Not to worry about Boston, there's actually an interesting announcement that
will help fill the YC gap that is coming in the next 60 days.

------
dmpayton
Congrats on the kiddo, you guys! Mine is 6 months old already, and let me tell
you: what a ride it's been!

Also looking forward to having the additional opportunity per year to apply to
YC. :)

------
nreece
Congratulations!

When we were expecting out first baby, everyone we met and talked to advised
us to get as much sleep as possible, because it will be a bit difficult to get
a good night sleep for the first few weeks/months after the baby arrives.
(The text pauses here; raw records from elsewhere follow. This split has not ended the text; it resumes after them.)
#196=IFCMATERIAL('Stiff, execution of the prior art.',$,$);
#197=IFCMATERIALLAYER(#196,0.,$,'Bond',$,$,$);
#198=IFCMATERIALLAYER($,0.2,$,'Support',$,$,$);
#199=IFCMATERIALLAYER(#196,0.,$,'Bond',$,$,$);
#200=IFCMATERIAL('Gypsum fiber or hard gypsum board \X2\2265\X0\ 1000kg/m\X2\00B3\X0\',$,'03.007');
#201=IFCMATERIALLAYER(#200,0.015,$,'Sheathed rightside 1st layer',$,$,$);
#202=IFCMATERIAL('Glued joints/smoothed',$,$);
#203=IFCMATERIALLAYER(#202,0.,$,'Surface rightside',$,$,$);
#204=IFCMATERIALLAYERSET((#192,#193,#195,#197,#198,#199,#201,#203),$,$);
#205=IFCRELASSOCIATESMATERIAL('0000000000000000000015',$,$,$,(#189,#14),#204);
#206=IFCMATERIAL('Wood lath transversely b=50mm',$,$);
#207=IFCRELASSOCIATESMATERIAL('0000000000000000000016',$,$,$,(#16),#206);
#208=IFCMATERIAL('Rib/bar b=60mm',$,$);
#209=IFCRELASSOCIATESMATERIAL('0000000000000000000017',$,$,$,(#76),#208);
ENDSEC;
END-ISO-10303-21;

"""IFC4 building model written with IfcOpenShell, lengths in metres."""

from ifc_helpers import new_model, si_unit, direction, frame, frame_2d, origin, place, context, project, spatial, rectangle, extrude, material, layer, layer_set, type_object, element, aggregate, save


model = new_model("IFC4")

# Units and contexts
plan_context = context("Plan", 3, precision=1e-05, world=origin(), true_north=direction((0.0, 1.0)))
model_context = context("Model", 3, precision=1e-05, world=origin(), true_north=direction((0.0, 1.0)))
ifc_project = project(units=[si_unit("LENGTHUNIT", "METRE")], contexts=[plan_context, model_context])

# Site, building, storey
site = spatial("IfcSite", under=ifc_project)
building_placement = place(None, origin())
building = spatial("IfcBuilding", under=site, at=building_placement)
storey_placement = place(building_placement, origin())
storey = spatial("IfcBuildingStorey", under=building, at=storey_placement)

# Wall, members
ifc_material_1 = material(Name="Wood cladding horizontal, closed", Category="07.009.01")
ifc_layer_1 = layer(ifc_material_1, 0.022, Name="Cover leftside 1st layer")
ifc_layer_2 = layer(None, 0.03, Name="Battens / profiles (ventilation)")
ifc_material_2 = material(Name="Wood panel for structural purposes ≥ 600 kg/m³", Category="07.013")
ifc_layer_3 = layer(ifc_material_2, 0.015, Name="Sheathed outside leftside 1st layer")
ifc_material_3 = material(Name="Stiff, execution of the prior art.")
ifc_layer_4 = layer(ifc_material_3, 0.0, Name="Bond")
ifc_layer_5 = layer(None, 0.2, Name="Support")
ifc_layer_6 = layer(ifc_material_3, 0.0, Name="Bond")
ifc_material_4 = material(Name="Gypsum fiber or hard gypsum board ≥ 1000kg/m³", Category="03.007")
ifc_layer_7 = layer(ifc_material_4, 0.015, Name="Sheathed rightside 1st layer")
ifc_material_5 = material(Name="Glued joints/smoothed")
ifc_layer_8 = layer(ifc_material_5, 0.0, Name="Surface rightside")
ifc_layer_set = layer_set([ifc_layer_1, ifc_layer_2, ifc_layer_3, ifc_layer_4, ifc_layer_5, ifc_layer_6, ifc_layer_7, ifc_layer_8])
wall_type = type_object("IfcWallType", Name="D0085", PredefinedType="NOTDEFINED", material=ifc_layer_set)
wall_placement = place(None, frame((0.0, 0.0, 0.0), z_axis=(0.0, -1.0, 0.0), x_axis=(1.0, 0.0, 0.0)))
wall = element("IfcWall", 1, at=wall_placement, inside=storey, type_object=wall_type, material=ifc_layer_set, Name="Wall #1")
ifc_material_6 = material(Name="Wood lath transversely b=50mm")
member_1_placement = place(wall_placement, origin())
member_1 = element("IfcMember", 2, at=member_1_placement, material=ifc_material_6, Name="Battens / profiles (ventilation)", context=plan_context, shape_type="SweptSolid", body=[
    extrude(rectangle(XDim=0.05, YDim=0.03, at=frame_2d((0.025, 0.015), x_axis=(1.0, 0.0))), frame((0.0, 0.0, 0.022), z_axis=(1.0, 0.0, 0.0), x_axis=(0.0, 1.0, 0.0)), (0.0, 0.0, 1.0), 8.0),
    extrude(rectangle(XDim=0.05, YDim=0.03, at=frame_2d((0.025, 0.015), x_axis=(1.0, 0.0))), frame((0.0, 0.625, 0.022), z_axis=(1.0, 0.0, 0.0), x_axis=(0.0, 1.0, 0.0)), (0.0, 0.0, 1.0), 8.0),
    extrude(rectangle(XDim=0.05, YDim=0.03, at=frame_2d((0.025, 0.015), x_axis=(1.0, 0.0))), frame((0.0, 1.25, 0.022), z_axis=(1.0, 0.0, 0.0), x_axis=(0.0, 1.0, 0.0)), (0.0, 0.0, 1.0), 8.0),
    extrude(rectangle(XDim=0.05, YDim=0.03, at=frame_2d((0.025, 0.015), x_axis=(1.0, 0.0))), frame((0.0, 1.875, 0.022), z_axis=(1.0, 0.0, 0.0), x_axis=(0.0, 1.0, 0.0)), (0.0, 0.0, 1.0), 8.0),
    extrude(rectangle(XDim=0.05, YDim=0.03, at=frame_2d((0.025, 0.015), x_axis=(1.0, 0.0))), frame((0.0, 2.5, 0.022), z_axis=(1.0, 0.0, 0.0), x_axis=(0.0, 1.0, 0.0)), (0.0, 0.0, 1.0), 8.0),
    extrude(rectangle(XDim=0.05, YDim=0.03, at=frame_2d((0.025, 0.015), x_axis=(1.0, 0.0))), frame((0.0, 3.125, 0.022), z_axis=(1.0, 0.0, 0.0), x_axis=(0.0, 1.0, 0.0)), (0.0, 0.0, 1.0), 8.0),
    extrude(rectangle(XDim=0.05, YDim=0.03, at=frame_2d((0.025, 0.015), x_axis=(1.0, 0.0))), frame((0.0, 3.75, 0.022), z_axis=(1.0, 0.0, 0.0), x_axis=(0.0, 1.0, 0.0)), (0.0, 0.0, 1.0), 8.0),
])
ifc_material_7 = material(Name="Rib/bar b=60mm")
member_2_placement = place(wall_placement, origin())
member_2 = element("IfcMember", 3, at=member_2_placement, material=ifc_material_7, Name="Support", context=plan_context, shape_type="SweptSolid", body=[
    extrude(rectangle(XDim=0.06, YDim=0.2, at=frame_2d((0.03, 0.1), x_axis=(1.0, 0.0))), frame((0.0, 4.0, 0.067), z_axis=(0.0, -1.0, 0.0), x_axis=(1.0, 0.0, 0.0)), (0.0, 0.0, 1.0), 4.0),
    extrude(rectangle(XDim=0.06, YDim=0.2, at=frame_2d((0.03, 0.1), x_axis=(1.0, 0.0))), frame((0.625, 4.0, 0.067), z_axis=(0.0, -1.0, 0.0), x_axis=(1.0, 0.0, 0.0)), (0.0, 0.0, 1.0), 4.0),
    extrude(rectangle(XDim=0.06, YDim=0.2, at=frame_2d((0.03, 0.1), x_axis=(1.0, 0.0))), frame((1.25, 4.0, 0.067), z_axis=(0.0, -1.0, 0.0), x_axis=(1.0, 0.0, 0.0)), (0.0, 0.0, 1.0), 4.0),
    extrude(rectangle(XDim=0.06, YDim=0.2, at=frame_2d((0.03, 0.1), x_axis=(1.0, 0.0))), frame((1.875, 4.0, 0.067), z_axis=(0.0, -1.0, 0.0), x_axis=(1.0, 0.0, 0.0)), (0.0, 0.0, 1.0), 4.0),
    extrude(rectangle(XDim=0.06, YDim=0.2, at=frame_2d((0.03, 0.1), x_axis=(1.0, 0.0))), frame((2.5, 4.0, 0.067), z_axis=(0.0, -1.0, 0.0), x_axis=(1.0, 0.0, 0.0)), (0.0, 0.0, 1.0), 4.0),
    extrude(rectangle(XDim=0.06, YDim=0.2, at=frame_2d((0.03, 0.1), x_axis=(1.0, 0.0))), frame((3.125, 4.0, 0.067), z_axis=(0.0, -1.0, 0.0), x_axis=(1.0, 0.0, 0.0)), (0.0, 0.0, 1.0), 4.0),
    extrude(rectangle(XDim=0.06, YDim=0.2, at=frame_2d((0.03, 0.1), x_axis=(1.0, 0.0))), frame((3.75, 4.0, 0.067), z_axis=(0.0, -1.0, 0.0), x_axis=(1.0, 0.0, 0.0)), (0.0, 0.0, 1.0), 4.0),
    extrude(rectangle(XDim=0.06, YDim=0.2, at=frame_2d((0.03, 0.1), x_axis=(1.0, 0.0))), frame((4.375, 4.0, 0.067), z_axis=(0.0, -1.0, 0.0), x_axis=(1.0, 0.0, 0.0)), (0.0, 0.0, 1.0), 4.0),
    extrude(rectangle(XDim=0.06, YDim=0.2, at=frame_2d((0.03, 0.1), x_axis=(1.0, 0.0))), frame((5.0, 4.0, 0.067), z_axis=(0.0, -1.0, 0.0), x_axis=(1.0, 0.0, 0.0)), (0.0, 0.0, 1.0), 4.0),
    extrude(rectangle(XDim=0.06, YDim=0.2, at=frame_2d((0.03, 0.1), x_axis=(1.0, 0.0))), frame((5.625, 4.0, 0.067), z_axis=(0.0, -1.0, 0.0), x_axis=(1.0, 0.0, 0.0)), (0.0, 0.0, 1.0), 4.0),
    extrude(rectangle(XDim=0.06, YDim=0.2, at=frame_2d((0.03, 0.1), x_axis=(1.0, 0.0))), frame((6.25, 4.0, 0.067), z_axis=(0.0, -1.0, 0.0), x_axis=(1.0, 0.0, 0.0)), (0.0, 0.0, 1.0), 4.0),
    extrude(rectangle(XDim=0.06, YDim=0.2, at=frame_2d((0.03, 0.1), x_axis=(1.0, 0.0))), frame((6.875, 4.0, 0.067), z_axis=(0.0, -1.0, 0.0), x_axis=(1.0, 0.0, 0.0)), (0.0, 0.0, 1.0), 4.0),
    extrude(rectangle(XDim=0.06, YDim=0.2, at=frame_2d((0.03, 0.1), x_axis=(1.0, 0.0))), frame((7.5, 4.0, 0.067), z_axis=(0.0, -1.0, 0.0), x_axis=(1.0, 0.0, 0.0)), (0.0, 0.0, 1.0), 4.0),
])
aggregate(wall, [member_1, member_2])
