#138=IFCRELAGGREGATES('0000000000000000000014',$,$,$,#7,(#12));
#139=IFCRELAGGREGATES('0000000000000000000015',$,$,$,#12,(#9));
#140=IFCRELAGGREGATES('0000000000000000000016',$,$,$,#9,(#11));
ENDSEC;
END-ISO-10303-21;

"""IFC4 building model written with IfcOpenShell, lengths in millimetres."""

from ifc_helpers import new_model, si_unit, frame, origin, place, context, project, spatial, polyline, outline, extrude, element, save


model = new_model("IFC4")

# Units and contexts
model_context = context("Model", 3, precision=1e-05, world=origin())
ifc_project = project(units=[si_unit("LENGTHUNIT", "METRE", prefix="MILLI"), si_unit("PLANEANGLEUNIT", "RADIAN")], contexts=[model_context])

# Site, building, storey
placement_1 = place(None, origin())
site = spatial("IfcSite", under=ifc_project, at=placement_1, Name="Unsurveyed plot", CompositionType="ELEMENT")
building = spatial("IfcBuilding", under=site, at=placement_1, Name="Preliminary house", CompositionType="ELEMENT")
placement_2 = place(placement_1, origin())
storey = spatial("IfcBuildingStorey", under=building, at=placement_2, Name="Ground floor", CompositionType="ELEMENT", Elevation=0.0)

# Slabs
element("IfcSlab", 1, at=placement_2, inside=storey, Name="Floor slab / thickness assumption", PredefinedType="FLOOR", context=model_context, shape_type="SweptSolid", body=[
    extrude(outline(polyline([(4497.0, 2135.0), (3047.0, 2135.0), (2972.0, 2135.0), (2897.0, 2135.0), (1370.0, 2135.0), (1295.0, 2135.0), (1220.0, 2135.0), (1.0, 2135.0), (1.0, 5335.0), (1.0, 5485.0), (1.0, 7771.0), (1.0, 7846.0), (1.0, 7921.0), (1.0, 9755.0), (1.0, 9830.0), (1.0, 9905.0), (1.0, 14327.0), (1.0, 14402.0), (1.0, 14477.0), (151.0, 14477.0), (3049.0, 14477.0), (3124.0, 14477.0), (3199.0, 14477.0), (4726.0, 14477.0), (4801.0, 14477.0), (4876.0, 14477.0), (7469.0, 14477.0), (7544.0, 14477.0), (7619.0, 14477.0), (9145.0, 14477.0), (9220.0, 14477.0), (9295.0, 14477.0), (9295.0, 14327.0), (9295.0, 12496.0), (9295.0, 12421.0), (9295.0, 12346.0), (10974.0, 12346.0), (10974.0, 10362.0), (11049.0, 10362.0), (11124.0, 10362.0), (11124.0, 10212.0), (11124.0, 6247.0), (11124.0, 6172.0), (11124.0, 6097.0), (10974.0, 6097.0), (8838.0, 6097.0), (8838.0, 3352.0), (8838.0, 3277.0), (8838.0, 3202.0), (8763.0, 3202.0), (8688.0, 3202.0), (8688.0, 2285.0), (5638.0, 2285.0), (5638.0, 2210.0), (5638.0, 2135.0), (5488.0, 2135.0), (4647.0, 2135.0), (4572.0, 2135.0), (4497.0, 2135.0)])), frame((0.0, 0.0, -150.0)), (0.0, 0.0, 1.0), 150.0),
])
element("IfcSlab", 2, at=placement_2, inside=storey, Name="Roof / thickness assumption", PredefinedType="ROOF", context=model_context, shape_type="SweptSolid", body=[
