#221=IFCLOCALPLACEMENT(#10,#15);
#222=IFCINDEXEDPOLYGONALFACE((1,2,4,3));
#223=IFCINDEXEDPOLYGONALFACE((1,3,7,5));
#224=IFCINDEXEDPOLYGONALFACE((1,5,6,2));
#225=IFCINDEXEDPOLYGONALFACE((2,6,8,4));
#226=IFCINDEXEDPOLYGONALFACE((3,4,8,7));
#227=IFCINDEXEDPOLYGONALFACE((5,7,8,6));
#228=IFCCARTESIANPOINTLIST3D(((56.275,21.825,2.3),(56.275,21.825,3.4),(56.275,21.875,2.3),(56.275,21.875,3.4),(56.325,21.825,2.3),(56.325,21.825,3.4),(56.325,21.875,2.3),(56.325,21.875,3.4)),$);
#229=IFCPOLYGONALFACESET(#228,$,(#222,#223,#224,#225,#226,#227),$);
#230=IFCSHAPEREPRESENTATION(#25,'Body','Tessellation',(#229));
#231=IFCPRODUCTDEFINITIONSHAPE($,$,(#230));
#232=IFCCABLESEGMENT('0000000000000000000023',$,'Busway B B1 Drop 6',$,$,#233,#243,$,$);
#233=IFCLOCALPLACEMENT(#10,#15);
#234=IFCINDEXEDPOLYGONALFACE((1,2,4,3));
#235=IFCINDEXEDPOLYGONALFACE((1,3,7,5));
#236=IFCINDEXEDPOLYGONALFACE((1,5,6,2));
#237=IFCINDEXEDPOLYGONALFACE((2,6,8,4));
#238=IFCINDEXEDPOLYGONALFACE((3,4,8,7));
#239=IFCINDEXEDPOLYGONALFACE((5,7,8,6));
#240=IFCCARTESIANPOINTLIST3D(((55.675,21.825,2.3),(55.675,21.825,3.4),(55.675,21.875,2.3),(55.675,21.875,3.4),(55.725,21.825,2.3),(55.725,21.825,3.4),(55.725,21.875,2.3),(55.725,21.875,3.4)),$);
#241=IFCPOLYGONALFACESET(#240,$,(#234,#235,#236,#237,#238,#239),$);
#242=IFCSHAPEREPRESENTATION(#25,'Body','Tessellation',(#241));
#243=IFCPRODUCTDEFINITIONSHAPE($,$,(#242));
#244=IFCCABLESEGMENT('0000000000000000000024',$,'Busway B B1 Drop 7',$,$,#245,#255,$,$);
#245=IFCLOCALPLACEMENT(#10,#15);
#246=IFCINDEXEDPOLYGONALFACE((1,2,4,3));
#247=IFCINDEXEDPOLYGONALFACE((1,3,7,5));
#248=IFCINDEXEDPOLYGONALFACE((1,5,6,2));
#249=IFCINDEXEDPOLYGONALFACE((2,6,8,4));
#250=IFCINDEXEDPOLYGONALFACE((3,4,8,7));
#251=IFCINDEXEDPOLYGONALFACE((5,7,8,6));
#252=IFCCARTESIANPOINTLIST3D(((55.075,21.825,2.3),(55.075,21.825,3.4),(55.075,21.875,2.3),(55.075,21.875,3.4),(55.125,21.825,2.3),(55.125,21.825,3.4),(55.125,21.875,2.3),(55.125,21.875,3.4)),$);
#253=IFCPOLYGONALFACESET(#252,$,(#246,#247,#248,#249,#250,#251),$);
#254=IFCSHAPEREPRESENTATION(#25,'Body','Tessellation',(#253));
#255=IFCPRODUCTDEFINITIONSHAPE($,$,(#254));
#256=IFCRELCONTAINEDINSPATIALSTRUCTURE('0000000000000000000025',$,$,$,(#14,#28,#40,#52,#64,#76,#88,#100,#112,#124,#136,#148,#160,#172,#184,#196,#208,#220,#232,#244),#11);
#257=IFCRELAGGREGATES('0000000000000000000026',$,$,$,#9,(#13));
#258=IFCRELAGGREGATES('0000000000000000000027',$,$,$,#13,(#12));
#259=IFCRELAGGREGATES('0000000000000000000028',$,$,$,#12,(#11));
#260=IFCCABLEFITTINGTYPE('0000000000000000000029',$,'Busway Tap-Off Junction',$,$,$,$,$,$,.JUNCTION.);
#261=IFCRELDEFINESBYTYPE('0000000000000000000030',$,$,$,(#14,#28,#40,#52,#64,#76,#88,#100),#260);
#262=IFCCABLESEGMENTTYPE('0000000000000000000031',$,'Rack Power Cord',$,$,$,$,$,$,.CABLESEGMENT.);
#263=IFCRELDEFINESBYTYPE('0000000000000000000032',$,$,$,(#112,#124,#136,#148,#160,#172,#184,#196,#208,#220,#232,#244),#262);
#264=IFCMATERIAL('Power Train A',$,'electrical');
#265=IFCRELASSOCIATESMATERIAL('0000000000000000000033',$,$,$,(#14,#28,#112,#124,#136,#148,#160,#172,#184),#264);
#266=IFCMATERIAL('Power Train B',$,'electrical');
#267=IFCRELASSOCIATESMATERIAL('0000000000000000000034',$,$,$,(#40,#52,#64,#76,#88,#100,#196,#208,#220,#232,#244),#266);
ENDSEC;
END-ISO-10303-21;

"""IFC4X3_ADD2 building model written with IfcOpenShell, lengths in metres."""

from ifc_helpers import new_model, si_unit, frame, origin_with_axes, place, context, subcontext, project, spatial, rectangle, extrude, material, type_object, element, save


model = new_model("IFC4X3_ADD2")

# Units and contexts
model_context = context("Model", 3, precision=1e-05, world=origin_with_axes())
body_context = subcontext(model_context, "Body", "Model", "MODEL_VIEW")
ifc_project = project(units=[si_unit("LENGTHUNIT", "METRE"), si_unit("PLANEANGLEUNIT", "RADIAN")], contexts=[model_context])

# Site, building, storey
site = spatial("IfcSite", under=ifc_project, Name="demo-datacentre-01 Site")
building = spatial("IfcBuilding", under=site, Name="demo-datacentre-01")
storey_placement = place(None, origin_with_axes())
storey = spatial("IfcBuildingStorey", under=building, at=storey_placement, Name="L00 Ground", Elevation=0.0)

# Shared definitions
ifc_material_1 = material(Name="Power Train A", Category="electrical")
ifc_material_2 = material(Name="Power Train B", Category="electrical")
I
won't advise that to you guys, because I couldn't really understand how
sleeping longer for a few weeks/months now will help you sleep less for a few
weeks/months later on.

------
epall
Augh no! I'm determined to graduate, dammit, and now you've gone and made
summer with YC even more attractive. Good move, PG & co.

------
unalone
Congratulations to you both!

We're applying this summer, and while we're on the East Coast we were
wondering whether Boston's not being a start-up town was good or not. Guess
now we don't have to worry about that.

Edit: any info on when exactly the application round opens?

------
icefox
So What ever happened to Paul's article that Cambridge is a hot spot for start
ups? I guess this means that there is a spot for someone else to take yc's
spot in the Boston area. Anyone know of replacements?

------
abstractbill
Awesome, good to have you guys here permanently, and congrats in advance!

------
davidw
Wow, congratulations on the baby. Ours has been a huge change in our lives,
but is really a source of joy (and worry:-) Any ideas about a name, or will it
only be revealed at the last moment?

------
shiny
Congrats. How soon are you gonna teach your kid programming?

------
tokenadult
Congratulations.

Northern California probably has a stronger network of homeschoolers than
greater Boston as well, although both places are all right in that regard.

------
thorax
We were predicting this after we interviewed with them in November. :)
Congrats, pg and Jessica.

------
Mistone
congrats to both of you, really exciting news. love that the reasons all make
sense but really it was all about where you want to live and raise kids.
despite it all this seems like the best way to make decisions: "whats best for
us?"

------
Tichy
Wonderful news. Congratulations!

------
babul
Congratulations!

The first of many kids hopefully (assuming you want many kids, that is).

------
nostrademons
Congrats PG & JL!

------
miked
Congratulations on the new baby!

------
cpach
Congratulations!

------
dantheman
Congratulations.

------
newy
congrats PG. looking forward to applying.

------
bijansabet
congrats. happy for you both!

------
gaius
'grats!!

------
ashu
w00t!